Sunday's Defense Research and Development Organization test of the nuclear-capable ballistic missile K-15, also called BO5, was conducted from an undisclosed undersea location in the Bay of Bengal, the Press Trust of India news agency reported.
The test helped the country take another step toward achieving the so-called nuclear triad -- the ability to fire nuclear-tipped missiles from land, air and other reports said.
The Hindu newspaper reported the 10-meter (32-foot) tall Submarine-Launched Ballistic Missile (SLBM) rose to an altitude of 20 kilometers (12.4 miles) and reached a distance of about 700 kilometers (435 miles) before splashing down into the sea waters near a pre-designated target point.

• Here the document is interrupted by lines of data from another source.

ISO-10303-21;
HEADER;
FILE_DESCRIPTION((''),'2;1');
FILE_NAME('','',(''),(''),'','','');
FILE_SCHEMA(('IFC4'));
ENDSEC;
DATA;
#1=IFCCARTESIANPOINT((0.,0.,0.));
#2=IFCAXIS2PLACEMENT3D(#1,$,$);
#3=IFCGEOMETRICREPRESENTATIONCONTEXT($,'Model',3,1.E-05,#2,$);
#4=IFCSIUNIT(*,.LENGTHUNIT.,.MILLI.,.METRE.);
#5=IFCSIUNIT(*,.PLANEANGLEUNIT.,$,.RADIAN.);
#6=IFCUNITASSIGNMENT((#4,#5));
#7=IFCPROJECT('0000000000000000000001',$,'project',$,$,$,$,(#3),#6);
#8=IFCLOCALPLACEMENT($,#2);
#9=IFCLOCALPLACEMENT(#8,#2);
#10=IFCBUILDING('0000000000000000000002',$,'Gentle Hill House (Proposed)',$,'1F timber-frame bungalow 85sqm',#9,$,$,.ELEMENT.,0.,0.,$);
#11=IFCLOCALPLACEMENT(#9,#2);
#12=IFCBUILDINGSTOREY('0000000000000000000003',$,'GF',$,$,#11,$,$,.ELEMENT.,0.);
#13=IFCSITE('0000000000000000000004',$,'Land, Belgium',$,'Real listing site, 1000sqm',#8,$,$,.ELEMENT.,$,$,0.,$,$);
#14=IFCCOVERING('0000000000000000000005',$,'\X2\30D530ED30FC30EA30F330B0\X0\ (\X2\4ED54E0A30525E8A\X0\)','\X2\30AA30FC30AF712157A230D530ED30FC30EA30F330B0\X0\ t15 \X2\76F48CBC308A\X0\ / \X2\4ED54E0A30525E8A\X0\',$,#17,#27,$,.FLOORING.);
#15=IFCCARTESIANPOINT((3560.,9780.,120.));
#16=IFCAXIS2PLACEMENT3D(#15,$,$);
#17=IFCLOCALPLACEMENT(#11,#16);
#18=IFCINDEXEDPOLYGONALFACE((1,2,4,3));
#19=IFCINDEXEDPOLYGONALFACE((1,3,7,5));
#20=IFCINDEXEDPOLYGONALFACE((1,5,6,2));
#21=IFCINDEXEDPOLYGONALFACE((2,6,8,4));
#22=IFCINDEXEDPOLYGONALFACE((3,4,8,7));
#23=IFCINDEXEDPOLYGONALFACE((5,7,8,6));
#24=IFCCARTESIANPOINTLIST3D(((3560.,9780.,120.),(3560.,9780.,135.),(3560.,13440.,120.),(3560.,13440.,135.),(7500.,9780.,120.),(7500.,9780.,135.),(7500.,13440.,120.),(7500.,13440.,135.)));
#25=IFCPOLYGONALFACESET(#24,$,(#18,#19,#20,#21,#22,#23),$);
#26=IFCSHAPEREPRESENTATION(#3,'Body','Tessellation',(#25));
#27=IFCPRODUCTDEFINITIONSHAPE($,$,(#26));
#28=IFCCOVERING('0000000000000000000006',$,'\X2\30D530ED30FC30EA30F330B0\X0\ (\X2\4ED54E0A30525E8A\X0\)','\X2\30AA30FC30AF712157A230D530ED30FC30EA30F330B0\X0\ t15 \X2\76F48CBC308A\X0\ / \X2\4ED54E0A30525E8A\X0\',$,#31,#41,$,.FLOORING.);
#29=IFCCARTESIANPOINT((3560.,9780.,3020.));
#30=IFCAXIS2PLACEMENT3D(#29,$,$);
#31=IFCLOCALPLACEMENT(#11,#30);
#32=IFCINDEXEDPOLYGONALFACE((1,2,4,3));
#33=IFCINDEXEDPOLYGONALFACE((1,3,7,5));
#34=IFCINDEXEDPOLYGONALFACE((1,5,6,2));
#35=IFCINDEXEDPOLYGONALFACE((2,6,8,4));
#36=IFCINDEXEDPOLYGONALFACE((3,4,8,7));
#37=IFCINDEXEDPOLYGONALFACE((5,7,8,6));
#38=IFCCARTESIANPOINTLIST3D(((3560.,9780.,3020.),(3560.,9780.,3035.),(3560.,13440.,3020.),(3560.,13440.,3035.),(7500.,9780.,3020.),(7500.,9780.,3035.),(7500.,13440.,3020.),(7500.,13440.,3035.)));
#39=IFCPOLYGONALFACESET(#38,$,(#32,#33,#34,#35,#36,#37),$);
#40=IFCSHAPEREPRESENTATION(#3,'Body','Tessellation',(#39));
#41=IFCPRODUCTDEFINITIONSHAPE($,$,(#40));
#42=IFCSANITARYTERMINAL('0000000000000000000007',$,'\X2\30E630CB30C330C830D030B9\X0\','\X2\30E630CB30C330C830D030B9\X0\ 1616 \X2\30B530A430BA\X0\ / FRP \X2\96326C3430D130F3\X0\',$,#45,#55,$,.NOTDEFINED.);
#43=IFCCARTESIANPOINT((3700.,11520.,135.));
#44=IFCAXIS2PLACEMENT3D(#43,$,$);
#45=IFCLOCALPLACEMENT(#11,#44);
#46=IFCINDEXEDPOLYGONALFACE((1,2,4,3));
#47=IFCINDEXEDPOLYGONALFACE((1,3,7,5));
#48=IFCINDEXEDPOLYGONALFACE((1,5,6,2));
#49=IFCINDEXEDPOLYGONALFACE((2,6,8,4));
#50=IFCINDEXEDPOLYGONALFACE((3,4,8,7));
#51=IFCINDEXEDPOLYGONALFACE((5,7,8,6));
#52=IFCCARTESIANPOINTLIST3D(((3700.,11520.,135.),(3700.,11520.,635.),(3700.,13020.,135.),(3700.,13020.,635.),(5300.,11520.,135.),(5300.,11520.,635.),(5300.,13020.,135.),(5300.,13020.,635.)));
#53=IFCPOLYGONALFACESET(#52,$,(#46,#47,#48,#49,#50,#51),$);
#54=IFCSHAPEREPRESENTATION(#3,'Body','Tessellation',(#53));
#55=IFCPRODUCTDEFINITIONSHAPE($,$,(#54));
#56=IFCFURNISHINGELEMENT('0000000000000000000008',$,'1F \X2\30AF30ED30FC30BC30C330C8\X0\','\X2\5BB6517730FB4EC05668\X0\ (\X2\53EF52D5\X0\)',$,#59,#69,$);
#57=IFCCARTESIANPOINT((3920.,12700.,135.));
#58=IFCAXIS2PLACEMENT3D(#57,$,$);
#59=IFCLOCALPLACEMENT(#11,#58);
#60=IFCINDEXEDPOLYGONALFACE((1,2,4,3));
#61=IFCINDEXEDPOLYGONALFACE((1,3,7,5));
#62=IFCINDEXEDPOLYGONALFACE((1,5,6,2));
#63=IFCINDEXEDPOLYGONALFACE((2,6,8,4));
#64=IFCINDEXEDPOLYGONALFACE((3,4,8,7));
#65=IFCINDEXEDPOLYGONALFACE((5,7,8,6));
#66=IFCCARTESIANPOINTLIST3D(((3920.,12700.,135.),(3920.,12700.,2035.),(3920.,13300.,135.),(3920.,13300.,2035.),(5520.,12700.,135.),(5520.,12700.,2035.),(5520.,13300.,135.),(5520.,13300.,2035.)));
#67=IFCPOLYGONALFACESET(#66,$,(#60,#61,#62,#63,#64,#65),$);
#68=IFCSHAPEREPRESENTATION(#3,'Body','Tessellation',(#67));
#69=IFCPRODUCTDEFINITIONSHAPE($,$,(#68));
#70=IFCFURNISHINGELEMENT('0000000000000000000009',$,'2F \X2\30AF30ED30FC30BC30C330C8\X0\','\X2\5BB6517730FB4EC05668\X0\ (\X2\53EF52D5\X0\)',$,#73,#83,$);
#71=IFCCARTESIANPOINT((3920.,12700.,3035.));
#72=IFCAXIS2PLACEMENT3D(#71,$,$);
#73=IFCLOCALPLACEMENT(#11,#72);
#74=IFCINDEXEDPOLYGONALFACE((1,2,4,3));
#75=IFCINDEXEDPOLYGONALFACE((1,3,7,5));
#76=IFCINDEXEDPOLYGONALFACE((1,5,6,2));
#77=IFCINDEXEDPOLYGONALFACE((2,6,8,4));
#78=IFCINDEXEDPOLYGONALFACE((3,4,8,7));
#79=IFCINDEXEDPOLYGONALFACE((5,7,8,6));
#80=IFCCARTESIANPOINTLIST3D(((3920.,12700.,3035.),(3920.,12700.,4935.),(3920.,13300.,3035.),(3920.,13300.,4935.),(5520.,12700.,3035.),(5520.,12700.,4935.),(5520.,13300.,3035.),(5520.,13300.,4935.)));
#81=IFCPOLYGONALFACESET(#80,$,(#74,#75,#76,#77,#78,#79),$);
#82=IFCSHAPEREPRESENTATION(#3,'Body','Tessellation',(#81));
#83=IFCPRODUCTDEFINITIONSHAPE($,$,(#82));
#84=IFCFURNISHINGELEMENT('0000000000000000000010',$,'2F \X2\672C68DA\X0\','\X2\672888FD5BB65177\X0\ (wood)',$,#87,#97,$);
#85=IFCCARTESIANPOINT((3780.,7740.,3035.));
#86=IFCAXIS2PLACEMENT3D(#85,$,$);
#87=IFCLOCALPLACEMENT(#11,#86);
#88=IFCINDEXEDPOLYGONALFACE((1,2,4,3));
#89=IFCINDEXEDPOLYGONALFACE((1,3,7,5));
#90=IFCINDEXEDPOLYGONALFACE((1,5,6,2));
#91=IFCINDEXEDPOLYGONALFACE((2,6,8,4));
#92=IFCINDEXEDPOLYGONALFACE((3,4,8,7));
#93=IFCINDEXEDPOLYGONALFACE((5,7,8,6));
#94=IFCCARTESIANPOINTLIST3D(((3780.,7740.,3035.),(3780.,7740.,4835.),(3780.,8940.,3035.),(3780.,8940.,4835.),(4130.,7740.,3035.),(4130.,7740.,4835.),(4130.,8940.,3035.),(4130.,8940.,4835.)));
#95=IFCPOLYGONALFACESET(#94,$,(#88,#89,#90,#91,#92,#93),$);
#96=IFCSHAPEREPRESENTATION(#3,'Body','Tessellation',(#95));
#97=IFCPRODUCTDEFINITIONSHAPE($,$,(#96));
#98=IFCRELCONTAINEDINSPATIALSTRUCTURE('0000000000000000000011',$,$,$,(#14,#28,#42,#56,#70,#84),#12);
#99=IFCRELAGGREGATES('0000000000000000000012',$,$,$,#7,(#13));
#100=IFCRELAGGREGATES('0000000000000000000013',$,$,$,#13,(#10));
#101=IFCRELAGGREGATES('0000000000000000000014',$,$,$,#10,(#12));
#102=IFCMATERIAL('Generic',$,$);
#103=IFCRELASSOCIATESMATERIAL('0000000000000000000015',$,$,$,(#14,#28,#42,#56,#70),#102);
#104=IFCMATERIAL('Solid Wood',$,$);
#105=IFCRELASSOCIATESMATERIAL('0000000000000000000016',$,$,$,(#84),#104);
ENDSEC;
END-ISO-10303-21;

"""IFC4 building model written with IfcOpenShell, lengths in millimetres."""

from ifc_helpers import new_model, si_unit, frame, frame_2d, origin, place, context, project, spatial, rectangle, extrude, material, element, save


model = new_model("IFC4")

# Units and contexts
model_context = context("Model", 3, precision=1e-05, world=origin())
ifc_project = project(units=[si_unit("LENGTHUNIT", "METRE", prefix="MILLI"), si_unit("PLANEANGLEUNIT", "RADIAN")], contexts=[model_context])

# Site, building, storey
site_placement = place(None, origin())
site = spatial("IfcSite", under=ifc_project, at=site_placement, Name="Land, Belgium", ObjectType="Real listing site, 1000sqm", CompositionType="ELEMENT", RefElevation=0.0)
building_placement = place(site_placement, origin())
building = spatial("IfcBuilding", under=site, at=building_placement, Name="Gentle Hill House (Proposed)", ObjectType="1F timber-frame bungalow 85sqm", CompositionType="ELEMENT", ElevationOfRefHeight=0.0, ElevationOfTerrain=0.0)
storey_placement = place(building_placement, origin())
storey = spatial("IfcBuildingStorey", under=building, at=storey_placement, Name="GF", CompositionType="ELEMENT", Elevation=0.0)

# Shared definitions
ifc_material_1 = material(Name="Solid Wood")

# Coverings
ifc_material_2 = material(Name="Generic")
covering_1_placement = place(storey_placement, frame((3560.0, 9780.0, 120.0)))
element("IfcCovering", 1, at=covering_1_placement, inside=storey, material=ifc_material_2, Name="フローリング (仕上げ床)", Description="オーク無垢フローリング t15 直貼り / 仕上げ床", PredefinedType="FLOORING", context=model_context, shape_type="SweptSolid", body=[
    extrude(rectangle(XDim=3940.0, YDim=3660.0, at=frame_2d((1970.0, 1830.0))), frame((3560.0, 9780.0, 120.0)), (0.0, 0.0, 1.0), 15.0),
])
covering_2_placement = place(storey_placement, frame((3560.0, 9780.0, 3020.0)))
element("IfcCovering", 2, at=covering_2_placement, inside=storey, material=ifc_material_2, Name="フローリング (仕上げ床)", Description="オーク無垢フローリング t15 直貼り / 仕上げ床", PredefinedType="FLOORING", context=model_context, shape_type="SweptSolid", body=[
    extrude(rectangle(XDim=3940.0, YDim=3660.0, at=frame_2d((1970.0, 1830.0))), frame((3560.0, 9780.0, 3020.0)), (0.0, 0.0, 1.0), 15.0),
])

# Sanitary terminal
sanitary_terminal_placement = place(storey_placement, frame((3700.0, 11520.0, 135.0)))
element("IfcSanitaryTerminal", 3, at=sanitary_terminal_placement, inside=storey, material=ifc_material_2, Name="ユニットバス", Description="ユニットバス 1616 サイズ / FRP 防水パン", PredefinedType="NOTDEFINED", context=model_context, shape_type="SweptSolid", body=[
    extrude(rectangle(XDim=1600.0, YDim=1500.0, at=frame_2d((800.0, 750.0))), frame((3700.0, 11520.0, 135.0)), (0.0, 0.0, 1.0), 500.0),
])

# Furnishing elements
furnishing_1_placement = place(storey_placement, frame((3920.0, 12700.0, 135.0)))
element("IfcFurnishingElement", 4, at=furnishing_1_placement, inside=storey, material=ifc_material_2, Name="1F クローゼット", Description="家具・什器 (可動)", context=model_context, shape_type="SweptSolid", body=[
    extrude(rectangle(XDim=1600.0, YDim=600.0, at=frame_2d((800.0, 300.0))), frame((3920.0, 12700.0, 135.0)), (0.0, 0.0, 1.0), 1900.0),
])
furnishing_2_placement = place(storey_placement, frame((3920.0, 12700.0, 3035.0)))
element("IfcFurnishingElement", 5, at=furnishing_2_placement, inside=storey, material=ifc_material_2, Name="2F クローゼット", Description="家具・什器 (可動)", context=model_context, shape_type="SweptSolid", body=[
    extrude(rectangle(XDim=1600.0, YDim=600.0, at=frame_2d((800.0, 300.0))), frame((3920.0, 12700.0, 3035.0)), (0.0, 0.0, 1.0), 1900.0),
])
furnishing_3_placement = place(storey_placement, frame((3780.0, 7740.0, 3035.0)))
element("IfcFurnishingElement", 6, at=furnishing_3_placement, inside=storey, material=ifc_material_1, Name="2F 本棚", Description="木製家具 (wood)", context=model_context, shape_type="SweptSolid", body=[
    extrude(rectangle(XDim=350.0, YDim=1200.0, at=frame_2d((175.0, 600.0))), frame((3780.0, 7740.0, 3035.0)), (0.0, 0.0, 1.0), 1800.0),
])

save(model, "model.ifc")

PTI said this was the first missile in the underwater category to have been fully developed by India, capable of being launched from a submarine. Only the United States, Russia, France and China have this capability.
"The medium range K-5 ballistic missile was test fired successfully today from an underwater pontoon and all parameters of the test firing were met," V.K. Saraswat, head of the DRDO, told PTI from his undisclosed location.
The report quoted other officials as saying about 10 trials of the missile had been carried out earlier and that the Sunday test was the last for the K-5.
Saraswat told PTI the missile is ready for deployment on various platforms, including the around 6,000-ton indigenous nuclear submarine INS Arihant currently under development. Prior to K-5, India had only land and aerial-launched ballistic missile capability.
"The launch of the SLBM is a complex technological development. And now since the missile is ready for induction, this is a major punctuation in India's indigenous missile development program," security expert Uday Bhaskar told PTI.